When sprocket (my cat) is near Loki's kennel he barks and barks. He does have a pen in the house around his upstairs kennel, sprocket jumps in to be with him but he pins her every time. She will be crying out and trying to get away. I have to pull him off of her. She has her claws I don't understand why she hasn't used them much. My cat did grow up with my GSD Alexis(RIP). Alexis was great with her and at times they slept in the kennel together. Sprocket was by Alexis' side till the end and greived with us when she died. I will keep trying but in the meantime watch them carefully.


----------



## llombardo (Dec 11, 2011)

My dog is constantly playing/chasing with the cats. When I say leave it she does. She recently got sick and one of the only ways I knew right away was because she wasn't going for the cats. When the cats were able to cross her path without a problem, into the vet she went.


----------



## MaggieRoseLee (Aug 17, 2001)

You do need to get a handle on it, normal play can really injure a cat. Specially cause most of the time our pups still think they are the same size as when they started the play and and 8 week old GSD pup with a cat is a little more evenly matched  than an 80 pound GSD.

If your pup is continuously going to the cat when he is bored and wants to play rather than to YOU.. then that's another thing to work on. My cat's job is not to be my dog's readily available tug/chew/chase toy. If I need to step it up to show that I am fun, I play, I run, chase, tug and am fun fun fun then I need to do so.

How are the dog classes going? How many dozens of tricks have you been able to teach your pup?

Engagement - Key to Training

Teaching a trick is the least important part of teaching tricks

Intro to Clicker Training (perfect for puppies!)

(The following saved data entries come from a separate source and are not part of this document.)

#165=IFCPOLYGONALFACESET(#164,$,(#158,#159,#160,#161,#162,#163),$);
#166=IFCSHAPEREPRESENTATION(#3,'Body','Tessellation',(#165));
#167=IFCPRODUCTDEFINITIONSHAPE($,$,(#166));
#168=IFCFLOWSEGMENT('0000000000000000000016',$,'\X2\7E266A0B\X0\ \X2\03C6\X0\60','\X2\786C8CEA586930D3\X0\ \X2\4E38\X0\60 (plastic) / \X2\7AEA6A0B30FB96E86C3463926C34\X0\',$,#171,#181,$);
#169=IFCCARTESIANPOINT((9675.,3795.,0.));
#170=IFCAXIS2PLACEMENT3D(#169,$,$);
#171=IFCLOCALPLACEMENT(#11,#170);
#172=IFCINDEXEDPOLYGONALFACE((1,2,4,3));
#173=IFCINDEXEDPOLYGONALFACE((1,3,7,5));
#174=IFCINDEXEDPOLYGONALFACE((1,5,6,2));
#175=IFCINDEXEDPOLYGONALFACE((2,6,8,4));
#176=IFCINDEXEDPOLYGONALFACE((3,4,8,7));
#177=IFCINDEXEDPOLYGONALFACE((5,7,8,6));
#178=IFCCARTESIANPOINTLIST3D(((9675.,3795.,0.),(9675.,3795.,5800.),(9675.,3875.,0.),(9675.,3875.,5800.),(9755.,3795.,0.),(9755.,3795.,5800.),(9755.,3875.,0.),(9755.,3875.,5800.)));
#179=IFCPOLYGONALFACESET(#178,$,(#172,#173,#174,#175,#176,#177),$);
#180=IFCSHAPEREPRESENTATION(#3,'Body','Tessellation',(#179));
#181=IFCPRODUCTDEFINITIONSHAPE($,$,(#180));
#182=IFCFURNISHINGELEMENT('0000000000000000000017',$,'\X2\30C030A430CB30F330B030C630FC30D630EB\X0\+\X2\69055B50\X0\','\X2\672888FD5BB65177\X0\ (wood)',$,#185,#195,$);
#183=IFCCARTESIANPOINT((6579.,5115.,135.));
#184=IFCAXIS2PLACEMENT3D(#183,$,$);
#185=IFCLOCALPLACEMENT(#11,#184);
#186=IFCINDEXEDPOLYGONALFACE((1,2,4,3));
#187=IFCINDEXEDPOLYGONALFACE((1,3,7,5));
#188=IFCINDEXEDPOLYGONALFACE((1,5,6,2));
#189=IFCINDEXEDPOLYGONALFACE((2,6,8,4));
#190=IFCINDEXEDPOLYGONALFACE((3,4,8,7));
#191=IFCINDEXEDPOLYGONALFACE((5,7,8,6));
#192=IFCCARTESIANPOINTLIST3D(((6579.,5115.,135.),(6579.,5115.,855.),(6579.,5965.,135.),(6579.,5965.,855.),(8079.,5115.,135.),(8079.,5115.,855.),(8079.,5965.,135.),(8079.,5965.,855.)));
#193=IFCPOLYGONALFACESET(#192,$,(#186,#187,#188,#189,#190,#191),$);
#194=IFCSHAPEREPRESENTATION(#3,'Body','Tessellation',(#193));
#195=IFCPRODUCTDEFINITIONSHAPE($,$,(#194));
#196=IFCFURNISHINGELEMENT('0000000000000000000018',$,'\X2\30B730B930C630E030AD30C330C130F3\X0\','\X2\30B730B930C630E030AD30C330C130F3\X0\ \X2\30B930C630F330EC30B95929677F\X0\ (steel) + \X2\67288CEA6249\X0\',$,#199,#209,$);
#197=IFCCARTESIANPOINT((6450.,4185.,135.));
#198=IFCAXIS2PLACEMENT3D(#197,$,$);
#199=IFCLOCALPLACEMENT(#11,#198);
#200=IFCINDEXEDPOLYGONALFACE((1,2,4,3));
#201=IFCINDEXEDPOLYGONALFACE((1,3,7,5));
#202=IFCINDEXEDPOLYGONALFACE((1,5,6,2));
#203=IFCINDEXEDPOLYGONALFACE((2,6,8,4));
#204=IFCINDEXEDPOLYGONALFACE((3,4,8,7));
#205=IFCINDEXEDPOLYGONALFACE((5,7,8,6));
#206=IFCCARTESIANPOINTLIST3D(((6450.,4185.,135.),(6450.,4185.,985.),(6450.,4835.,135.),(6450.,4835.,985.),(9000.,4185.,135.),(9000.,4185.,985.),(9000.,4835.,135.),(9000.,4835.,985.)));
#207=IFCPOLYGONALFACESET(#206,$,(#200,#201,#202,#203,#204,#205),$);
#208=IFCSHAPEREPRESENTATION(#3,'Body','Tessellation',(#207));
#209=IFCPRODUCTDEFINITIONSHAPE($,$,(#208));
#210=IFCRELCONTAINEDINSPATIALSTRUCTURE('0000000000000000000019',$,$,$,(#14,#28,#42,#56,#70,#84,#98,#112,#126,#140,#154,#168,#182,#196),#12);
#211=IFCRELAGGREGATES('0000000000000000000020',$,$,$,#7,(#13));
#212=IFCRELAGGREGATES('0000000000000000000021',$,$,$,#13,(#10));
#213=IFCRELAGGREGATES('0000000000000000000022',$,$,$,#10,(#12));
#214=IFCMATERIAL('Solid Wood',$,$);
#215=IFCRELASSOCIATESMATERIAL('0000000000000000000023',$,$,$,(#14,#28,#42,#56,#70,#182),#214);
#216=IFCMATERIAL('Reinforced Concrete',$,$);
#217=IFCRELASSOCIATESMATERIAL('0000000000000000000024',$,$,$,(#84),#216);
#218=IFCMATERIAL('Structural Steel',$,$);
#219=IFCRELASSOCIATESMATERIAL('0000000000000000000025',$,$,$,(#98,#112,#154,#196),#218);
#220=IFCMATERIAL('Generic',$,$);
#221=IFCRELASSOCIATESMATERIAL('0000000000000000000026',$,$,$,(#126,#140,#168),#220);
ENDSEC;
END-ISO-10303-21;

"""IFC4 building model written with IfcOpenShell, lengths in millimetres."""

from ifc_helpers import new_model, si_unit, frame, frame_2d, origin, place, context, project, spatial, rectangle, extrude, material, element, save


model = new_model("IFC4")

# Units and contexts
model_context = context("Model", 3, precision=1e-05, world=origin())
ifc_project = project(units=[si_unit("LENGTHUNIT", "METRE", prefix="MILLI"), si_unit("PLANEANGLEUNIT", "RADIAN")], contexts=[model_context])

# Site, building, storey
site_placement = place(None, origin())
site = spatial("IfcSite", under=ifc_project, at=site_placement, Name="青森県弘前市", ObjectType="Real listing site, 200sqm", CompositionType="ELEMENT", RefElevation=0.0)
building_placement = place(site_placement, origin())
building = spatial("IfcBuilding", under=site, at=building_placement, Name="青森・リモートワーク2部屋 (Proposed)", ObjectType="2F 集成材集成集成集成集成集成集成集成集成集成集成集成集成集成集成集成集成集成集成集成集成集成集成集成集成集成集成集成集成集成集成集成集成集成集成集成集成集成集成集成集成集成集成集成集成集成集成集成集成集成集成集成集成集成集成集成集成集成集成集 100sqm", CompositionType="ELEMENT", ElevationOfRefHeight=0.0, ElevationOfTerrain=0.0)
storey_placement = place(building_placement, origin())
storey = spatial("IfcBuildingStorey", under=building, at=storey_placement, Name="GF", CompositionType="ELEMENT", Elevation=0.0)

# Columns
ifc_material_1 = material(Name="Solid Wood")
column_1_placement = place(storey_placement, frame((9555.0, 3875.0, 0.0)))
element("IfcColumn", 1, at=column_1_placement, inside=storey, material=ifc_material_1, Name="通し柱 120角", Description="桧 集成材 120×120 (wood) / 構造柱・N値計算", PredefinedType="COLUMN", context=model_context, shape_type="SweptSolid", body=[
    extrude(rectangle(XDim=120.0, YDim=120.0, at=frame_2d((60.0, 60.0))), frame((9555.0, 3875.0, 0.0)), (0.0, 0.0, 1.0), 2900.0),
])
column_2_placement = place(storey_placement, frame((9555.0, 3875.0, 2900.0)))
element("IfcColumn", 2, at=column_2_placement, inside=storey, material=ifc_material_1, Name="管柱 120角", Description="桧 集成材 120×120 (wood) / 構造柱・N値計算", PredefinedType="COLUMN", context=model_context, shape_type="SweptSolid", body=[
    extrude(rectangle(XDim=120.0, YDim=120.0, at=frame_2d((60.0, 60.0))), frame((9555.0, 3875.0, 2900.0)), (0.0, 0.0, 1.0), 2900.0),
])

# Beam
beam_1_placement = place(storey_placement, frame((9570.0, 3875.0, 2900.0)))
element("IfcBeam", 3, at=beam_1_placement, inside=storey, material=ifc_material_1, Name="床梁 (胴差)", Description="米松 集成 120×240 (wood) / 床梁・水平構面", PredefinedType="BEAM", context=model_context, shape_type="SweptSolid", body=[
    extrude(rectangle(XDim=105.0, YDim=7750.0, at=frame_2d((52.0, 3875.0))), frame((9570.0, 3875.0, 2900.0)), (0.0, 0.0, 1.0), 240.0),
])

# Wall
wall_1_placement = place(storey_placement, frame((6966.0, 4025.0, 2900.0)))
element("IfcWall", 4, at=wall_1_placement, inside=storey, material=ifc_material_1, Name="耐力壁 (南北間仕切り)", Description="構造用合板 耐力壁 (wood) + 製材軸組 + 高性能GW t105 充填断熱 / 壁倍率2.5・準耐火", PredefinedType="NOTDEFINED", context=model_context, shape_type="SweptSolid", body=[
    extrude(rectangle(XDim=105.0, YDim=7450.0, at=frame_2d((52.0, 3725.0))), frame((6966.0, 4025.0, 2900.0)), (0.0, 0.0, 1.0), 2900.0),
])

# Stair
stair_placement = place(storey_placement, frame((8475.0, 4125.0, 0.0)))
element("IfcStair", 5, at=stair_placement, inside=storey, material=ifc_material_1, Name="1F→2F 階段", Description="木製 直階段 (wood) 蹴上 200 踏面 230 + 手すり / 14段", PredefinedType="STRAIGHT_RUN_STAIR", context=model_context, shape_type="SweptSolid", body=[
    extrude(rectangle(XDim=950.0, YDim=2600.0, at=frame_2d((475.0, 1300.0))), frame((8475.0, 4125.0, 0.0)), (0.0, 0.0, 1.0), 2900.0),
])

Why bother to 'socialize' and I want photos/videos of puppies/dogs.....


----------



## hotrod27 (Jun 13, 2012)

I have not had enough time to work with him lately. He knows the basic sit,stay,lay down, and kennel up. Working on leave it and not pulling when I walk him. He starts training next week for 6 weeks. With kids in school I should have more time. I take my dad to car cruise ins 3 to 4 times a week and I make sure to bring Loki with me. He is great when in public and love people.


----------



## Radio (Aug 28, 2012)

I'm here for suggestions too. Radio chases our cat, Baxter. We're working on Leave It, but for now either we get Baxter up higher than Radio can reach, or he does it himself. If he really doesn't want to move from his spot and she won't leave him alone, he smacks her on the face a few times. 

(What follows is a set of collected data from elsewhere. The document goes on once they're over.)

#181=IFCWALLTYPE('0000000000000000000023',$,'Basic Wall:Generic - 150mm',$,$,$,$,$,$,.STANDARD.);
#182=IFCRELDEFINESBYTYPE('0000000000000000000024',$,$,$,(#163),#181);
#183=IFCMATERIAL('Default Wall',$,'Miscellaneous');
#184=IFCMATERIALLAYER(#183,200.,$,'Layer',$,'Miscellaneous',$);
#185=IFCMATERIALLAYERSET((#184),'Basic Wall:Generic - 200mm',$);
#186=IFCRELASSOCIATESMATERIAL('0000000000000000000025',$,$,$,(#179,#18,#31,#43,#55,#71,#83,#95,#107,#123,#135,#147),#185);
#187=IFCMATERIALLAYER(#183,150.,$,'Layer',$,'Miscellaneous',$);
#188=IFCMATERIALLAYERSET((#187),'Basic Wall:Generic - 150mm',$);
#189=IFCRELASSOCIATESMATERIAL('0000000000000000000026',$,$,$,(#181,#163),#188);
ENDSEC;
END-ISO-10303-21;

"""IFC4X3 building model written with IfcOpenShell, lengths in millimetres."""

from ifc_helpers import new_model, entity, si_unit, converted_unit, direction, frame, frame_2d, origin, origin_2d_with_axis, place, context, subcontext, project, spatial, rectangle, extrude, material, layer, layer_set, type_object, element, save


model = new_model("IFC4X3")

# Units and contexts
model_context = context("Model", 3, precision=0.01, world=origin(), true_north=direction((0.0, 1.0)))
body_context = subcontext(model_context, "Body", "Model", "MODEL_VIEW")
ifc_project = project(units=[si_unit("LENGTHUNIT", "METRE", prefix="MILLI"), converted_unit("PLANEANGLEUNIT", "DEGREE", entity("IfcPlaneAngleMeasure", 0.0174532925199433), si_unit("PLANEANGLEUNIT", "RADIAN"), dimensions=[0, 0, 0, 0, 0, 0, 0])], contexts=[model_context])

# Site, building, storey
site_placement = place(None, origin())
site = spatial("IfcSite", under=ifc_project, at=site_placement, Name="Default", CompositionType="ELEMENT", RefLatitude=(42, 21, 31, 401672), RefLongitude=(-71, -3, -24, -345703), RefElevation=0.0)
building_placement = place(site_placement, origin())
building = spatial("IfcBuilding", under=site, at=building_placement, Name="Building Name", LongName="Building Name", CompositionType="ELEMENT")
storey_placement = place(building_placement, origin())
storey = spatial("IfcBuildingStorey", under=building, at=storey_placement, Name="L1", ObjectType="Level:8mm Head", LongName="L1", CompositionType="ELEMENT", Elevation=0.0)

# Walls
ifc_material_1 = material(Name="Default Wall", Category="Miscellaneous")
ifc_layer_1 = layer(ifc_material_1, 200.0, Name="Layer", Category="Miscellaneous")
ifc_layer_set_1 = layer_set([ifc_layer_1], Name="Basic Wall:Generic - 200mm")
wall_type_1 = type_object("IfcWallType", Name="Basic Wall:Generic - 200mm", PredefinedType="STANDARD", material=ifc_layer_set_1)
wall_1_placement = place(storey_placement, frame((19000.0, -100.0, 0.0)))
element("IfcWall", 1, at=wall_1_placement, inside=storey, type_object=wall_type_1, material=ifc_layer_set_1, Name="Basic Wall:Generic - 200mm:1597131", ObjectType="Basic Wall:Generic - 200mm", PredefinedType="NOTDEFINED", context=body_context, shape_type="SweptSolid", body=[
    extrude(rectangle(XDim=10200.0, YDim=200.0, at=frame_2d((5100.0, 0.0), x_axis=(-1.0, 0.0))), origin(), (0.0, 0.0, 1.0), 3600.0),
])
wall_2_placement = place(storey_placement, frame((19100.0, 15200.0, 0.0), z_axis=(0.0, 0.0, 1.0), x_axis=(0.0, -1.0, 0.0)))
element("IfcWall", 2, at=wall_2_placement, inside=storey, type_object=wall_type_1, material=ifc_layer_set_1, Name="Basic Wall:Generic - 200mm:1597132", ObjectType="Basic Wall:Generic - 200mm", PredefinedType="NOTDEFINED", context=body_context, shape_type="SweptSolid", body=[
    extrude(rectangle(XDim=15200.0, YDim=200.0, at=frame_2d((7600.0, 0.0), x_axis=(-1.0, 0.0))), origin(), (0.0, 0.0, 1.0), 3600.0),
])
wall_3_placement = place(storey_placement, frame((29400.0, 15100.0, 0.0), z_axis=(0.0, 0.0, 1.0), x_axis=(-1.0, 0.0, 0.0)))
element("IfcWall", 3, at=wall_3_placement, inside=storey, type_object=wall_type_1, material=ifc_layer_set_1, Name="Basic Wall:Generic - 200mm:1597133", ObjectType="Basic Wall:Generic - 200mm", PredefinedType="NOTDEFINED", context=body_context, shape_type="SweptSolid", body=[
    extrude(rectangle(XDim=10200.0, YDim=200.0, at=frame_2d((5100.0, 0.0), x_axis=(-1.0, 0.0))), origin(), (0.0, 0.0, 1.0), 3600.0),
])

Right now the dynamic isn't a huge issue, but I worry about what someone mentioned above - eventually Radio will be much larger and could really hurt Bax. This is a daily frustration for us.


----------



## Mary Beth (Apr 17, 2010)

I suggest you take MaggieRoseLee's advice before your cat gets hurt. Make time to work with your pup, play with him, and provide him with his own soft chew toys. I know it is a lot of work but worth it for all of you. Be sure you don't leave the pup and cat alone in the house unless the pup is in his crate. I had a cat when my dog was a pup. Though my cat was used to dogs, I was very careful. She was old and slow but even a young cat can get hurt by a big pup or dog. I would not allow my pup to chase after the cat. When the pup would chase after the cat - I stopped it right away. I would lift the cat up and say sternly "mine" and then give him his soft bear - make it squeak - and say very happily "this is your's". My pup slept in his crate until he was a year-old so he couldn't chase the cat at night. I even kept him on a leash which I hooked to my belt when I was working on the computer or reading so that he couldn't chase after the cat. That also helps in house training. Easy to catch when the pup needs to go before any accident happens.


----------